WHAT YOU ARE ASKED TO DO:
Below are some entries. Count how many of their lines include "IFCMATERIAL", then give that number only.

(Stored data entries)
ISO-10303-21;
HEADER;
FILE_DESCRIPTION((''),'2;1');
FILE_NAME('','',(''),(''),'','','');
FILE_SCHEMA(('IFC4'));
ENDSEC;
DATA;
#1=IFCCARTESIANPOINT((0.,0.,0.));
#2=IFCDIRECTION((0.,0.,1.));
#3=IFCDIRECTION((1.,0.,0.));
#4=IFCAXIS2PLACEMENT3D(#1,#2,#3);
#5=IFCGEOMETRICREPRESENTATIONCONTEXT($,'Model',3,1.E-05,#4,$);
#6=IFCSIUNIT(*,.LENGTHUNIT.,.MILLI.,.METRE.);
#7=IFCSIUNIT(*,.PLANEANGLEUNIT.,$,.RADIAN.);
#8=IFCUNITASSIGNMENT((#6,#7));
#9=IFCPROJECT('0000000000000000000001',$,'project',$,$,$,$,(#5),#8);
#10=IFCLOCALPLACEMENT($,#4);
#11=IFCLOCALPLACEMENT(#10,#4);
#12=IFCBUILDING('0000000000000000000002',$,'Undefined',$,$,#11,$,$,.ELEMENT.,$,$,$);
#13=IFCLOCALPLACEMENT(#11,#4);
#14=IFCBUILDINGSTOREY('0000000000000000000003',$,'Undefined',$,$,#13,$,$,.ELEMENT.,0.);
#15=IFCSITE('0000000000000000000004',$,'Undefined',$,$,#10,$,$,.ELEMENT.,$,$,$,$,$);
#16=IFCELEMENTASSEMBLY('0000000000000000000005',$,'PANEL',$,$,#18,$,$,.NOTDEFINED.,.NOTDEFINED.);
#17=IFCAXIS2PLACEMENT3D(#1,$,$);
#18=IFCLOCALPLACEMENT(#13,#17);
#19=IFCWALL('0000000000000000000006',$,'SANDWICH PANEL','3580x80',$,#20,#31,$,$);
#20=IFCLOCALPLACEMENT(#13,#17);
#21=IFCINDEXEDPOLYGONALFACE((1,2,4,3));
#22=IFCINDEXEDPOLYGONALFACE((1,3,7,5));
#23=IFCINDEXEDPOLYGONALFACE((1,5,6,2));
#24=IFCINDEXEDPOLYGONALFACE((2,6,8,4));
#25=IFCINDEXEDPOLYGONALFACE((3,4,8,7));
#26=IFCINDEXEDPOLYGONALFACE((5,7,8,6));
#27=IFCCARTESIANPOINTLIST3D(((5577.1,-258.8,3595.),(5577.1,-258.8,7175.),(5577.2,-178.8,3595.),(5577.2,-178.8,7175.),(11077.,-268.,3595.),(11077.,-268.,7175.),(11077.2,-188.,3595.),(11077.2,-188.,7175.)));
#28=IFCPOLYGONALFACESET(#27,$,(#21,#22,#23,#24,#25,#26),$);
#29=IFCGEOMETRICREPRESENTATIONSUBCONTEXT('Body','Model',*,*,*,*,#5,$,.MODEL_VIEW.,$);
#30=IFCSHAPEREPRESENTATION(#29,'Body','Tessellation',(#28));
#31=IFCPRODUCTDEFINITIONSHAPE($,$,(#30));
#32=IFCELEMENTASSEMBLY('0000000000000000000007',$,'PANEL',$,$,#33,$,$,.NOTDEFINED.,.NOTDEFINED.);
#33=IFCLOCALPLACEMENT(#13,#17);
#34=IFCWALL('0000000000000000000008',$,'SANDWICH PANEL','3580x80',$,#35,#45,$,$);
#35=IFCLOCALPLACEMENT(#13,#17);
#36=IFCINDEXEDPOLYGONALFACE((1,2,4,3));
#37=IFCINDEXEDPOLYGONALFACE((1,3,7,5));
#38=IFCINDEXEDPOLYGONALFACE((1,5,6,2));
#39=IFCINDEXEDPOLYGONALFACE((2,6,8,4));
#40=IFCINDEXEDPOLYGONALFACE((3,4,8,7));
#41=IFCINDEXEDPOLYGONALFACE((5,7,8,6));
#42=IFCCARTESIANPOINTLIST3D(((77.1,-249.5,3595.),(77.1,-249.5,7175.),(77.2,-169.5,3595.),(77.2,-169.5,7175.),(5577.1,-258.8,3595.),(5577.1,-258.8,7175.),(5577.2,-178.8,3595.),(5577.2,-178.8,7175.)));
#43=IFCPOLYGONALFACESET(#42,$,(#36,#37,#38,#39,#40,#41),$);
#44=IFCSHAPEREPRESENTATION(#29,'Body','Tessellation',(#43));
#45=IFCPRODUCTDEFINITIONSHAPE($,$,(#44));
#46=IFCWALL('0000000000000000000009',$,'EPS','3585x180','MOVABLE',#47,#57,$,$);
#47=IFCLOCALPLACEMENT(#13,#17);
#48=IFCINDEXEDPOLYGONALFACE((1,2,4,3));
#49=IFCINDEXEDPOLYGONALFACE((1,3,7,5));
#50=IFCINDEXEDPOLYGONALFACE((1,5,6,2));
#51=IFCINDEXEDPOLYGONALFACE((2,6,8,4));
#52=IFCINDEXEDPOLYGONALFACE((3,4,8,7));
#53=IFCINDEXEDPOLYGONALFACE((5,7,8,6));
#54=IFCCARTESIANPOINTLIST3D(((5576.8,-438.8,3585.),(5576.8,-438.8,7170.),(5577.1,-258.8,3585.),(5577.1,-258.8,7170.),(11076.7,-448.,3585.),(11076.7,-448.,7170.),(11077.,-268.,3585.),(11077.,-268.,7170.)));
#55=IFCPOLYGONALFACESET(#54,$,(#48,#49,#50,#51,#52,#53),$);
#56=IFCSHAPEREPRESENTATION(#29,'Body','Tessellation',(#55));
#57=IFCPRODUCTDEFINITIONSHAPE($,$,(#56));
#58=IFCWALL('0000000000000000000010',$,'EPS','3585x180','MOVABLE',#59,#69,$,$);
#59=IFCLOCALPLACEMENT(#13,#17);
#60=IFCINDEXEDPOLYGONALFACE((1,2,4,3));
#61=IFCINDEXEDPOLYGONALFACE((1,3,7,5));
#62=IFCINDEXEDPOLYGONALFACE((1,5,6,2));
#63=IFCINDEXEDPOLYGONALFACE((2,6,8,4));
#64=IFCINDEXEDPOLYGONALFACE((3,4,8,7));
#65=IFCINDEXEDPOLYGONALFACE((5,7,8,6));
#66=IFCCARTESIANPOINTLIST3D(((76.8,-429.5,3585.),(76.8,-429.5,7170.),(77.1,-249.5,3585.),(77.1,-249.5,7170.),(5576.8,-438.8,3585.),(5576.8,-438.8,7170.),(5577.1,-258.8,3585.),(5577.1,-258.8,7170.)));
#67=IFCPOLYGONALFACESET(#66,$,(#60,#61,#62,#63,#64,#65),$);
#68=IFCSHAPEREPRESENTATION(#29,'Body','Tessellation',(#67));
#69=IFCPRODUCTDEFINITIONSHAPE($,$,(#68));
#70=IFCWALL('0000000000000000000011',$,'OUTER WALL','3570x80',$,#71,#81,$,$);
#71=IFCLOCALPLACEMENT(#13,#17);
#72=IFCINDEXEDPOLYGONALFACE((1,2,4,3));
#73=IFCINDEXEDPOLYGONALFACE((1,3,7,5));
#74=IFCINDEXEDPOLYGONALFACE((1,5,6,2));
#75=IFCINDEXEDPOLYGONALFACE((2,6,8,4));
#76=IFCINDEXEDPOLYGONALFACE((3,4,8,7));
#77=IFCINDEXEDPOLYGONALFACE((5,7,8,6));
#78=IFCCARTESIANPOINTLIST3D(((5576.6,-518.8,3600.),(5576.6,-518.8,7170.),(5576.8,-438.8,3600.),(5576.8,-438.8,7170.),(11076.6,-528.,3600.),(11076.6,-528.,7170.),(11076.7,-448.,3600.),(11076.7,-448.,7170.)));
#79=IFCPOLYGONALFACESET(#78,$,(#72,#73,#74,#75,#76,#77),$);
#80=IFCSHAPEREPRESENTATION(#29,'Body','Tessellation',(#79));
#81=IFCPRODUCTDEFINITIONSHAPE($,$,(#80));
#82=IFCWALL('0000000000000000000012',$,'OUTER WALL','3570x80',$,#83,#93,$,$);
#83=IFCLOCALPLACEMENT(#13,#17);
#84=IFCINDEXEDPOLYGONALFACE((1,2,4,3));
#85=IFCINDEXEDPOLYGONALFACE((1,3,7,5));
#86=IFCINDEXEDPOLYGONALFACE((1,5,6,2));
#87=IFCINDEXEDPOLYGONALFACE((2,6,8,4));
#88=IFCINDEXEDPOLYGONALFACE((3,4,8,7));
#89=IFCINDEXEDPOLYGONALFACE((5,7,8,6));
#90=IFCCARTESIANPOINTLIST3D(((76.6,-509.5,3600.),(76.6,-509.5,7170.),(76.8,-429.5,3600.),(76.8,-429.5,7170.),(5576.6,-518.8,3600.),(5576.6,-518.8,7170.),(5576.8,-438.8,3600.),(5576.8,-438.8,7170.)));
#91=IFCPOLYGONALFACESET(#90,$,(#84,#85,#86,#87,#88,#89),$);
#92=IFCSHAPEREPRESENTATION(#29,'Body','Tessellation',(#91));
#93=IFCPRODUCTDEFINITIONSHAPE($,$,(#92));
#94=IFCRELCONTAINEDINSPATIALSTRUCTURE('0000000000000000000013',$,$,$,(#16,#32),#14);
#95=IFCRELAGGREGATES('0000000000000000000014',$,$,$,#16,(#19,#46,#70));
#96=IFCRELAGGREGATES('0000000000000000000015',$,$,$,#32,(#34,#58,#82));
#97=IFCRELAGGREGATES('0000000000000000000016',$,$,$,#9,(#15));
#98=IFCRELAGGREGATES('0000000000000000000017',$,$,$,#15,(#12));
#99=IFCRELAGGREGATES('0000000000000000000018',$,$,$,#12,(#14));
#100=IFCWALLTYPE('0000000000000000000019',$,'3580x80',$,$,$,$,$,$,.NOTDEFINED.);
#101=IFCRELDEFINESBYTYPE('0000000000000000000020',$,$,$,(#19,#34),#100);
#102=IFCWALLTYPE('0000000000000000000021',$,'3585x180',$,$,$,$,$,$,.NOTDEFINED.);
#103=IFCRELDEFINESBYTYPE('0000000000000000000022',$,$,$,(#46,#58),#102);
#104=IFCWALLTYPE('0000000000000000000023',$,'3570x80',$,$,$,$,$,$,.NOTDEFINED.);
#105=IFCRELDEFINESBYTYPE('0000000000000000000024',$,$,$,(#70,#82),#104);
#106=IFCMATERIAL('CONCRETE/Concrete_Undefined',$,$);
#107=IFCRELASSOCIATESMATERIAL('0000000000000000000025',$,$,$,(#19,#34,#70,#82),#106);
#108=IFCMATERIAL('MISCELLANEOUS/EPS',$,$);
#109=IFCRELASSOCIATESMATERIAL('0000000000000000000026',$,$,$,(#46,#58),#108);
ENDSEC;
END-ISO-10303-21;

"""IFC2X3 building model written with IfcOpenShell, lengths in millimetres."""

from ifc_helpers import new_model, si_unit, frame, frame_2d, origin_with_axes, place, context, subcontext, project, spatial, rectangle, extrude, material, type_object, element, aggregate, save


model = new_model("IFC2X3")

# Units and contexts
model_context = context("Model", 3, precision=1e-05, world=origin_with_axes())
body_context = subcontext(model_context, "Body", "Model", "MODEL_VIEW")
ifc_project = project(units=[si_unit("LENGTHUNIT", "METRE", prefix="MILLI"), si_unit("PLANEANGLEUNIT", "RADIAN")], contexts=[model_context])

# Site, building, storey
site_placement = place(None, origin_with_axes())
site = spatial("IfcSite", under=ifc_project, at=site_placement, Name="Undefined", CompositionType="ELEMENT")
building_placement = place(site_placement, origin_with_axes())
building = spatial("IfcBuilding", under=site, at=building_placement, Name="Undefined", CompositionType="ELEMENT")
storey_placement = place(building_placement, origin_with_axes())
storey = spatial("IfcBuildingStorey", under=building, at=storey_placement, Name="Undefined", CompositionType="ELEMENT", Elevation=0.0)

# Shared definitions
ifc_material_1 = material(Name="CONCRETE/Concrete_Undefined")

# Element assemblies, walls
assembly_1_placement = place(storey_placement, origin_with_axes())
assembly_1 = element("IfcElementAssembly", 1, at=assembly_1_placement, inside=storey, Name="PANEL", AssemblyPlace="NOTDEFINED", PredefinedType="NOTDEFINED")
wall_type_1 = type_object("IfcWallType", Name="3580x80", PredefinedType="NOTDEFINED")
wall_1_placement = place(assembly_1_placement, frame((5577.1, -218.8, 3595.0), z_axis=(0.0, 0.0, 1.0), x_axis=(0.999999, -0.001684, 0.0)))
wall_1 = element("IfcWall", 2, at=wall_1_placement, type_object=wall_type_1, material=ifc_material_1, Name="SANDWICH PANEL", Description="3580x80", context=body_context, shape_type="SweptSolid", body=[
    extrude(rectangle(XDim=5500.0, YDim=80.0, at=frame_2d((0.0, 2750.0), x_axis=(0.0, -1.0))), frame((0.0, 0.0, 0.0), z_axis=(0.0, 0.0, 1.0), x_axis=(0.0, -1.0, 0.0)), (0.0, 0.0, 1.0), 3580.0),
])
assembly_2_placement = place(storey_placement, origin_with_axes())
assembly_2 = element("IfcElementAssembly", 3, at=assembly_2_placement, inside=storey, Name="PANEL", AssemblyPlace="NOTDEFINED", PredefinedType="NOTDEFINED")
wall_2_placement = place(assembly_2_placement, frame((77.1, -209.5, 3595.0), z_axis=(0.0, 0.0, 1.0), x_axis=(0.999999, -0.001684, 0.0)))
wall_2 = element("IfcWall", 4, at=wall_2_placement, type_object=wall_type_1, material=ifc_material_1, Name="SANDWICH PANEL", Description="3580x80", context=body_context, shape_type="SweptSolid", body=[
    extrude(rectangle(XDim=5500.0, YDim=80.0, at=frame_2d((0.0, 2750.0), x_axis=(0.0, -1.0))), frame((0.0, 0.0, 0.0), z_axis=(0.0, 0.0, 1.0), x_axis=(0.0, -1.0, 0.0)), (0.0, 0.0, 1.0), 3580.0),
])

# Walls
ifc_material_2 = material(Name="MISCELLANEOUS/EPS")
wall_type_2 = type_object("IfcWallType", Name="3585x180", PredefinedType="NOTDEFINED")
wall_3_placement = place(assembly_1_placement, frame((5576.9, -348.8, 3585.0), z_axis=(0.0, 0.0, 1.0), x_axis=(0.999999, -0.001684, 0.0)))
wall_3 = element("IfcWall", 5, at=wall_3_placement, type_object=wall_type_2, material=ifc_material_2, Name="EPS", Description="3585x180", ObjectType="MOVABLE", context=body_context, shape_type="SweptSolid", body=[
    extrude(rectangle(XDim=5500.0, YDim=180.0, at=frame_2d((0.0, 2750.0), x_axis=(0.0, -1.0))), frame((0.0, 0.0, 0.0), z_axis=(0.0, 0.0, 1.0), x_axis=(0.0, -1.0, 0.0)), (0.0, 0.0, 1.0), 3585.0),
])
wall_4_placement = place(assembly_2_placement, frame((76.9, -339.5, 3585.0), z_axis=(0.0, 0.0, 1.0), x_axis=(0.999999, -0.001684, 0.0)))
wall_4 = element("IfcWall", 6, at=wall_4_placement, type_object=wall_type_2, material=ifc_material_2, Name="EPS", Description="3585x180", ObjectType="MOVABLE", context=body_context, shape_type="SweptSolid", body=[
    extrude(rectangle(XDim=5500.0, YDim=180.0, at=frame_2d((0.0, 2750.0), x_axis=(0.0, -1.0))), frame((0.0, 0.0, 0.0), z_axis=(0.0, 0.0, 1.0), x_axis=(0.0, -1.0, 0.0)), (0.0, 0.0, 1.0), 3585.0),
])
wall_type_3 = type_object("IfcWallType", Name="3570x80", PredefinedType="NOTDEFINED")
wall_5_placement = place(assembly_1_placement, frame((5576.7, -478.8, 3600.0), z_axis=(0.0, 0.0, 1.0), x_axis=(0.999999, -0.001684, 0.0)))
wall_5 = element("IfcWall", 7, at=wall_5_placement, type_object=wall_type_3, material=ifc_material_1, Name="OUTER WALL", Description="3570x80", context=body_context, shape_type="SweptSolid", body=[
    extrude(rectangle(XDim=5500.0, YDim=80.0, at=frame_2d((0.0, 2750.0), x_axis=(0.0, -1.0))), frame((0.0, 0.0, 0.0), z_axis=(0.0, 0.0, 1.0), x_axis=(0.0, -1.0, 0.0)), (0.0, 0.0, 1.0), 3570.0),
])
aggregate(assembly_1, [wall_1, wall_3, wall_5])
wall_6_placement = place(assembly_2_placement, frame((76.7, -469.5, 3600.0), z_axis=(0.0, 0.0, 1.0), x_axis=(0.999999, -0.001684, 0.0)))
wall_6 = element("IfcWall", 8, at=wall_6_placement, type_object=wall_type_3, material=ifc_material_1, Name="OUTER WALL", Description="3570x80", context=body_context, shape_type="SweptSolid", body=[
    extrude(rectangle(XDim=5500.0, YDim=80.0, at=frame_2d((0.0, 2750.0), x_axis=(0.0, -1.0))), frame((0.0, 0.0, 0.0), z_axis=(0.0, 0.0, 1.0), x_axis=(0.0, -1.0, 0.0)), (0.0, 0.0, 1.0), 3570.0),
])
aggregate(assembly_2, [wall_2, wall_4, wall_6])

save(model, "model.ifc")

RESPONSE TO THE TASK:
2